Units are abstracted from physical resources. Each unit occupies specific physical resources on an OBServer node, including CPU, memory, and storage resources. Resources are scheduled by unit. You can adjust the distribution of units across OBServer nodes in a zone to achieve load balancing and disaster recovery across OBServer nodes.
Each tenant contains several units. You can specify the number of units and the primary zone setting for a tenant to define a series of unit sets for distributing business traffic. Each unit is deployed on an OBServer node to facilitate horizontal scaling of the tenant.
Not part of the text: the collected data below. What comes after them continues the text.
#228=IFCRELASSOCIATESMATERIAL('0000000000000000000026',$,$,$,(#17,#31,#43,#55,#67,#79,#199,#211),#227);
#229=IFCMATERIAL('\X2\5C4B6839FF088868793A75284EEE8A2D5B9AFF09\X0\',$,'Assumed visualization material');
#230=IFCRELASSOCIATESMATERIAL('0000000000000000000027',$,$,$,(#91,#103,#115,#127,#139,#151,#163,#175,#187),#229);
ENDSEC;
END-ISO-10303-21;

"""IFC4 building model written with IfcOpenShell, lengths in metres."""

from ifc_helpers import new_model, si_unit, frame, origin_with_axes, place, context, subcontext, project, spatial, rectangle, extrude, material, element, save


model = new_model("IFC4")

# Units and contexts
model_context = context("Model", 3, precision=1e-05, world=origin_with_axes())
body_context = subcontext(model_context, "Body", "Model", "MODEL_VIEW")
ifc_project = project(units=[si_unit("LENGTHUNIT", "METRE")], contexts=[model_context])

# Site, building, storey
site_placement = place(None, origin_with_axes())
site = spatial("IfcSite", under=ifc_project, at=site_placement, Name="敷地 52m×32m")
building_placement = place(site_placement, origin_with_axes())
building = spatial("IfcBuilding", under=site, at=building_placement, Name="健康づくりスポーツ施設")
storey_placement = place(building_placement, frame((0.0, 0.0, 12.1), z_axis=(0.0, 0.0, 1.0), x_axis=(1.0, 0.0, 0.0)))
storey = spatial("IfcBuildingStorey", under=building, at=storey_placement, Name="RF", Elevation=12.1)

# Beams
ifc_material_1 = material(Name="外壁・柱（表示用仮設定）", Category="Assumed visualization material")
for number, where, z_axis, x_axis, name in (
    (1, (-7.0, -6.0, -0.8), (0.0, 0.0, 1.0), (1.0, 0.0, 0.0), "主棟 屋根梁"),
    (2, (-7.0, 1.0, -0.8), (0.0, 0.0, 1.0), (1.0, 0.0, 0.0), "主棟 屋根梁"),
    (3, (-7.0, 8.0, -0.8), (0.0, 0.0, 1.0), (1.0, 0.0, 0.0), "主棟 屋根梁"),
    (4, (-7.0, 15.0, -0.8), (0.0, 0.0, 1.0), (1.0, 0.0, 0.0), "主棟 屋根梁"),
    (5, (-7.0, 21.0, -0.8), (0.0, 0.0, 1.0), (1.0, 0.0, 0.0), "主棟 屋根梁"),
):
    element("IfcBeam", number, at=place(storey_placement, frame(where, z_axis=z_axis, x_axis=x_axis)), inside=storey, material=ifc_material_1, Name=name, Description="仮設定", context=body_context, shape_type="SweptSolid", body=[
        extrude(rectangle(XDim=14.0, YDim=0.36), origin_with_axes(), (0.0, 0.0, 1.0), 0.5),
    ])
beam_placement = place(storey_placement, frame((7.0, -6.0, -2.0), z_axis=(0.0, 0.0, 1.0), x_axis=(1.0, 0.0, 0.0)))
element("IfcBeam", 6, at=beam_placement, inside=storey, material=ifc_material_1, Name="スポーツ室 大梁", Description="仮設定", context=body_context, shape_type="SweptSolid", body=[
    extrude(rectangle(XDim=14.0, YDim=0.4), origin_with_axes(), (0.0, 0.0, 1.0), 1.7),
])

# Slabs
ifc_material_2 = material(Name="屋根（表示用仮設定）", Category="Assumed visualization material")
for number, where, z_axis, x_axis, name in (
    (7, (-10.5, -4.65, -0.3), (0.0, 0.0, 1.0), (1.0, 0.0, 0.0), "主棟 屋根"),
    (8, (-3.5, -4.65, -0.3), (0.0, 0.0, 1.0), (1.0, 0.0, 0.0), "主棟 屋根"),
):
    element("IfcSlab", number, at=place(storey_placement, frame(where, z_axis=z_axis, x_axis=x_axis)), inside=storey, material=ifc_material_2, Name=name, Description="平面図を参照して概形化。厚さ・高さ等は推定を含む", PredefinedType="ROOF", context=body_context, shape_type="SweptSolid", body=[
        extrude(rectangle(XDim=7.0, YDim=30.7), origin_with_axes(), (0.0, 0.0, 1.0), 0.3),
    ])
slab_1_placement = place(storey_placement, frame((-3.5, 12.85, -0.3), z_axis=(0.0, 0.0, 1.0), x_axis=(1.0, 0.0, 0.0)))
A log stream defines a group of data, including several data partitions and ordered redo log streams. It uses the Paxos protocol to synchronize logs between replicas to ensure data consistency between the replicas and thereby implement high availability of data. Transactions are committed by log stream. If the modification in a transaction is completed within a single log stream, the transaction can be committed by using the one-phase atomic commit logic. If the modification in the transaction is completed across multiple log streams, the transaction can be committed by using the two-phase atomic commit protocol of OceanBase Database. Log streams are participants of distributed transactions. A log stream has a location attribute and a role attribute. All data partitions in the log stream inherit its attributes.
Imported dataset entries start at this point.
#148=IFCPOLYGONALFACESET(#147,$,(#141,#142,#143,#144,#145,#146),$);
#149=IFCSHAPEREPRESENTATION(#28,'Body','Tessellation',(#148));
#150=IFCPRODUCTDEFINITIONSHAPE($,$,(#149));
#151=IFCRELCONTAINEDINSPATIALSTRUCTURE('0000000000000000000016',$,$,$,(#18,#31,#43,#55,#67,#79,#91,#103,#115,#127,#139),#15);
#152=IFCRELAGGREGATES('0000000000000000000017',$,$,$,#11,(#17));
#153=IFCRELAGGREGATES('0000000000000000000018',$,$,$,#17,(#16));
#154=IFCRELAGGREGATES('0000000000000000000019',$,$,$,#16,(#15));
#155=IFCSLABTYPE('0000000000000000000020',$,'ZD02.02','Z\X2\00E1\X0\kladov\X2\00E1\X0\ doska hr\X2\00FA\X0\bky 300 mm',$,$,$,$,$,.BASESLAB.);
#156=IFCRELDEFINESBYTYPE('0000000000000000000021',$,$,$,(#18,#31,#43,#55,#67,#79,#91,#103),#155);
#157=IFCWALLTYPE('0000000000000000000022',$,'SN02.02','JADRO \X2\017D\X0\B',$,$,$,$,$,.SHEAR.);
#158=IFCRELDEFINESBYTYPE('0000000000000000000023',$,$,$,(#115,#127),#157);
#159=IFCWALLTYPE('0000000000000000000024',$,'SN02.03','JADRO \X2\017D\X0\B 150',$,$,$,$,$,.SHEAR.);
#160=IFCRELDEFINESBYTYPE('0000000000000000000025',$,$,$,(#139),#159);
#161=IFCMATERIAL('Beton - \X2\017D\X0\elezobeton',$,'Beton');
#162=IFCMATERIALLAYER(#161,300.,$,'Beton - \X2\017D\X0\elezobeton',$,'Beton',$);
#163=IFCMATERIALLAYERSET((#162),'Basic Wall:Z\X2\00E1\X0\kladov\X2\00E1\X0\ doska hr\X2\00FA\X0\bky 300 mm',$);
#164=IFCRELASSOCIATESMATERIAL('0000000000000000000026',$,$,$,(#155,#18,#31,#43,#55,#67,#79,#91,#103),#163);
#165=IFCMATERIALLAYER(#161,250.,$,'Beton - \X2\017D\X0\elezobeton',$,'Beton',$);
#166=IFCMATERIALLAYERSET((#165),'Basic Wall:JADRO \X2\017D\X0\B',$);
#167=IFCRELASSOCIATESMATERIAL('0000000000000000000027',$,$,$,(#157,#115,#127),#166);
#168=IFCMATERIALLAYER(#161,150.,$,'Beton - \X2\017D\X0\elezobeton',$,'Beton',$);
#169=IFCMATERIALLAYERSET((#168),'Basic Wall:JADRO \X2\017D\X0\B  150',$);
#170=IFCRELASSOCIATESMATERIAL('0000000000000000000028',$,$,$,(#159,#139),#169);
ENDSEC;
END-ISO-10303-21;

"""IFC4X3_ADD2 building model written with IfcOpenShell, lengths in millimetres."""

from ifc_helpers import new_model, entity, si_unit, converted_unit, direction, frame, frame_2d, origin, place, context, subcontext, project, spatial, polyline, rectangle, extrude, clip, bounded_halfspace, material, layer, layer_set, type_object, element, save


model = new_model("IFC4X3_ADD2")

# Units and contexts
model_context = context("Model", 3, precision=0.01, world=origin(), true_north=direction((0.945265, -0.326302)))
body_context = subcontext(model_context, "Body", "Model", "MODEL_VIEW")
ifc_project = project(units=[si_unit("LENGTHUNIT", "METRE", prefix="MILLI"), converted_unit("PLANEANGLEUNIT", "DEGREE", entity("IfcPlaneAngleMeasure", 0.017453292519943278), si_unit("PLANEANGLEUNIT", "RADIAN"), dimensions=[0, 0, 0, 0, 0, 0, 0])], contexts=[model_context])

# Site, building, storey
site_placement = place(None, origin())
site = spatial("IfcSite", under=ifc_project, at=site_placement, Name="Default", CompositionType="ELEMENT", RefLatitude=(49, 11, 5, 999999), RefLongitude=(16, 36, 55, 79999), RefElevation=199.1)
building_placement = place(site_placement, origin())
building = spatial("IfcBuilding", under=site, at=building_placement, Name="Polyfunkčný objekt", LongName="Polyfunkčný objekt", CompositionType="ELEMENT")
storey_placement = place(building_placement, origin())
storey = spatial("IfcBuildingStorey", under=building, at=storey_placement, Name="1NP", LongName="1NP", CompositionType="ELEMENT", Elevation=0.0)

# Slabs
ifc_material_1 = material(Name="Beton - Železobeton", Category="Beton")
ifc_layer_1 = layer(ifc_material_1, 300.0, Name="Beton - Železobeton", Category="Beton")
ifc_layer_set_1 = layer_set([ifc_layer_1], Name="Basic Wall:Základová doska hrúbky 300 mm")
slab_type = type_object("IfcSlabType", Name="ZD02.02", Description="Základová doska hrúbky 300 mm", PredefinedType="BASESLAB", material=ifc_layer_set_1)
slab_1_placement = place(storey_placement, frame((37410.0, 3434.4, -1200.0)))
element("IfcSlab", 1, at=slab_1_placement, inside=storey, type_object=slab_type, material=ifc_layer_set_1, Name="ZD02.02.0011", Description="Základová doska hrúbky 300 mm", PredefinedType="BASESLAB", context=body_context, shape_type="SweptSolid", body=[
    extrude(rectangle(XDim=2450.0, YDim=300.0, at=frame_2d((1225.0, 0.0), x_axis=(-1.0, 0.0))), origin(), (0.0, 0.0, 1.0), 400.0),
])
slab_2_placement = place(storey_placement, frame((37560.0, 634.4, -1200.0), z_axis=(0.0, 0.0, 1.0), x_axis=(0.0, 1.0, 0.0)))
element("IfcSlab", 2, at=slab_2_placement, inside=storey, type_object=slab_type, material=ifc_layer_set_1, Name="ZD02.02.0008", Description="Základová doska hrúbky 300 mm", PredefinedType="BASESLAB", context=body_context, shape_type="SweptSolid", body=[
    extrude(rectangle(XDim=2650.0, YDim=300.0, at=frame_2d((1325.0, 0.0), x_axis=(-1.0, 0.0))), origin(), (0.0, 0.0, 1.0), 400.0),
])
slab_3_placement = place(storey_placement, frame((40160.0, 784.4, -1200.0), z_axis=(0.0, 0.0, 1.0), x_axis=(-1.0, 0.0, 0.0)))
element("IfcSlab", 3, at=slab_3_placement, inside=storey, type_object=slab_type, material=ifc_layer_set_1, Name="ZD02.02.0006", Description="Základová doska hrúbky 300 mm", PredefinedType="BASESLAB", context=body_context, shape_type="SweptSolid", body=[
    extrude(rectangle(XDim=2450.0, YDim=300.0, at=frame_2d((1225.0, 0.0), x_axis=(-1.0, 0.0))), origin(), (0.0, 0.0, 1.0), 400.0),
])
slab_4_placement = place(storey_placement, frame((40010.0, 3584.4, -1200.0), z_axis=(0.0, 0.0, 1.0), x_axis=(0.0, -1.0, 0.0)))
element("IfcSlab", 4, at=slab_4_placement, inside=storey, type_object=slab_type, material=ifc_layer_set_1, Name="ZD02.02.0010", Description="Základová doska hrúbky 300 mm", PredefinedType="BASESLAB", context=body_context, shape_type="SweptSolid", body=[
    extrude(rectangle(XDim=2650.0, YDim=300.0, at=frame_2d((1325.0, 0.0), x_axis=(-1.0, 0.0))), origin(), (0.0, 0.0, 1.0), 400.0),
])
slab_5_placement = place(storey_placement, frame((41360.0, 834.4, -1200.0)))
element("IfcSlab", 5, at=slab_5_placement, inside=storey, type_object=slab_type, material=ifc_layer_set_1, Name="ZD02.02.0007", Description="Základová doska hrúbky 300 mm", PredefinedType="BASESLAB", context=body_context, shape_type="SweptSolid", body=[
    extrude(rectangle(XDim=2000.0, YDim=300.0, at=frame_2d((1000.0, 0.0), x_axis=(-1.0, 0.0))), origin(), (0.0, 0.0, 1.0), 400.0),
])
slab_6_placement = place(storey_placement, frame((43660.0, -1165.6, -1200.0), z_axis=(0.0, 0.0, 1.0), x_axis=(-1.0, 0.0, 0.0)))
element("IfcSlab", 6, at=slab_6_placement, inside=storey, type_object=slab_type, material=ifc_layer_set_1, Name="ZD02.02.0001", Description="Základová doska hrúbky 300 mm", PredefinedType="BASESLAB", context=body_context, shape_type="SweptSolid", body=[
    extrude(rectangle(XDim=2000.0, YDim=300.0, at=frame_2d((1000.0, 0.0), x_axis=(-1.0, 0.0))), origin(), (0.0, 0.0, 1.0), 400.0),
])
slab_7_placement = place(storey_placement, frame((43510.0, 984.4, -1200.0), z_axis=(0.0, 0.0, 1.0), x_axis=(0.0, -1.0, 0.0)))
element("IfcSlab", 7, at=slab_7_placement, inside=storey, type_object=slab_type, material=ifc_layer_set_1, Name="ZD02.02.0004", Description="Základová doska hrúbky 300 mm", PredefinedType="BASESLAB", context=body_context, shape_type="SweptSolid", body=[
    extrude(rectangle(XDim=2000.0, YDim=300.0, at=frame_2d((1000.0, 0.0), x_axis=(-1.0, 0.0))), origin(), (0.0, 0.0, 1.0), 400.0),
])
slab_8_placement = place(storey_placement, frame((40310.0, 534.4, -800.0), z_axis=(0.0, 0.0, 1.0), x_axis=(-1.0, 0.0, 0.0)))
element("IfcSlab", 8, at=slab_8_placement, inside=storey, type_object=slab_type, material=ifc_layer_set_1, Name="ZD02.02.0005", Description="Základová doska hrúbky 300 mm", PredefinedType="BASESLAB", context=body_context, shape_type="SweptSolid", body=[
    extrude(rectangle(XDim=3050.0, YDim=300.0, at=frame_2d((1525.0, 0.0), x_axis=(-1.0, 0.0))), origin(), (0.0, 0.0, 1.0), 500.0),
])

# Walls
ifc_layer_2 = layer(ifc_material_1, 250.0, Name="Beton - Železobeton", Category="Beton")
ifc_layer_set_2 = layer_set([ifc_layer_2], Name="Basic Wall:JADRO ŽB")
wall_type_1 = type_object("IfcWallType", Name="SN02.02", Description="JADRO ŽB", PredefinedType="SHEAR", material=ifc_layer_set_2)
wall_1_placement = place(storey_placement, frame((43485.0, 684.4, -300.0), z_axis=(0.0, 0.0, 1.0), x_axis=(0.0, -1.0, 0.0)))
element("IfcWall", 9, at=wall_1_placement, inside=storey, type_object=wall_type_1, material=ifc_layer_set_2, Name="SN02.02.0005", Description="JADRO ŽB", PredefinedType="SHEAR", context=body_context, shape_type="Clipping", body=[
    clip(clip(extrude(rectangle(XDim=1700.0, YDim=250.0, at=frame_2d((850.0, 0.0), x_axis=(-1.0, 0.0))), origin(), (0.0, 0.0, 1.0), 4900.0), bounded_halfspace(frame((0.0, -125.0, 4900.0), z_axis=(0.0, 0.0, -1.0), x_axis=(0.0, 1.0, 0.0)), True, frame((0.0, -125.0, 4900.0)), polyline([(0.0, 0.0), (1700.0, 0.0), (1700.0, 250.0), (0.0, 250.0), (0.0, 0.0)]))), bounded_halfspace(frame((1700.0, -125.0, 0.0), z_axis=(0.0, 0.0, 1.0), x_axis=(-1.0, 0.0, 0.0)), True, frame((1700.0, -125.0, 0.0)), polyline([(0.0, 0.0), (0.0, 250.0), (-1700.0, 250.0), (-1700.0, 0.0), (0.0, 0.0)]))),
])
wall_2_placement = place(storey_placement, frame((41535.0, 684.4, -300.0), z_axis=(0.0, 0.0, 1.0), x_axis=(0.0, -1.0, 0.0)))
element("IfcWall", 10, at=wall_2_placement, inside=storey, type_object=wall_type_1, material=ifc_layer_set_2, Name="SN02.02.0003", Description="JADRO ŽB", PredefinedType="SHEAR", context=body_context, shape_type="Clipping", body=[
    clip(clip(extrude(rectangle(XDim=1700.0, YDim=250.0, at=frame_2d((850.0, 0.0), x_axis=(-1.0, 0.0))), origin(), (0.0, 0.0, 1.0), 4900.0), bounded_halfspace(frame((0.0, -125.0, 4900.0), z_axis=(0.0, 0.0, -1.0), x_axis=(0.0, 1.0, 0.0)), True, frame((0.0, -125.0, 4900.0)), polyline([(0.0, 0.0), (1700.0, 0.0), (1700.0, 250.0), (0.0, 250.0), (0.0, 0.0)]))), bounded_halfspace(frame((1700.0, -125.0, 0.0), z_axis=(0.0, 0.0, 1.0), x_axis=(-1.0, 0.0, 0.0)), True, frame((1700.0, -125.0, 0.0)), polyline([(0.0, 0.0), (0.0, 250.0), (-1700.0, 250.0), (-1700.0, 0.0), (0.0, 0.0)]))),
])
The system assigns an ID to each unit in each zone. Units with the same ID form a unit group. A unit group corresponds to a set of log streams. The log streams are distributed only on units in the unit group.
One log stream group corresponds to one unit group. The number of log streams in a log stream group is determined by the number of zones contained in the primary zone setting. Therefore, each zone contained in the primary zone setting accommodates the leader of a log stream in the log stream group.
For example, if you set the value of the
unit_numparameter to2and the value of theprimary_zoneparameter to'Z1,Z2,Z3', two unit groups, two log stream groups, and six log streams are defined for the tenant. The following figure shows an example.
In OceanBase Database, data and traffic are flexibly distributed on multiple OBServer nodes in multiple dimensions. You can migrate units between OBServer nodes in a zone to achieve load balancing and disaster recovery across OBServer nodes.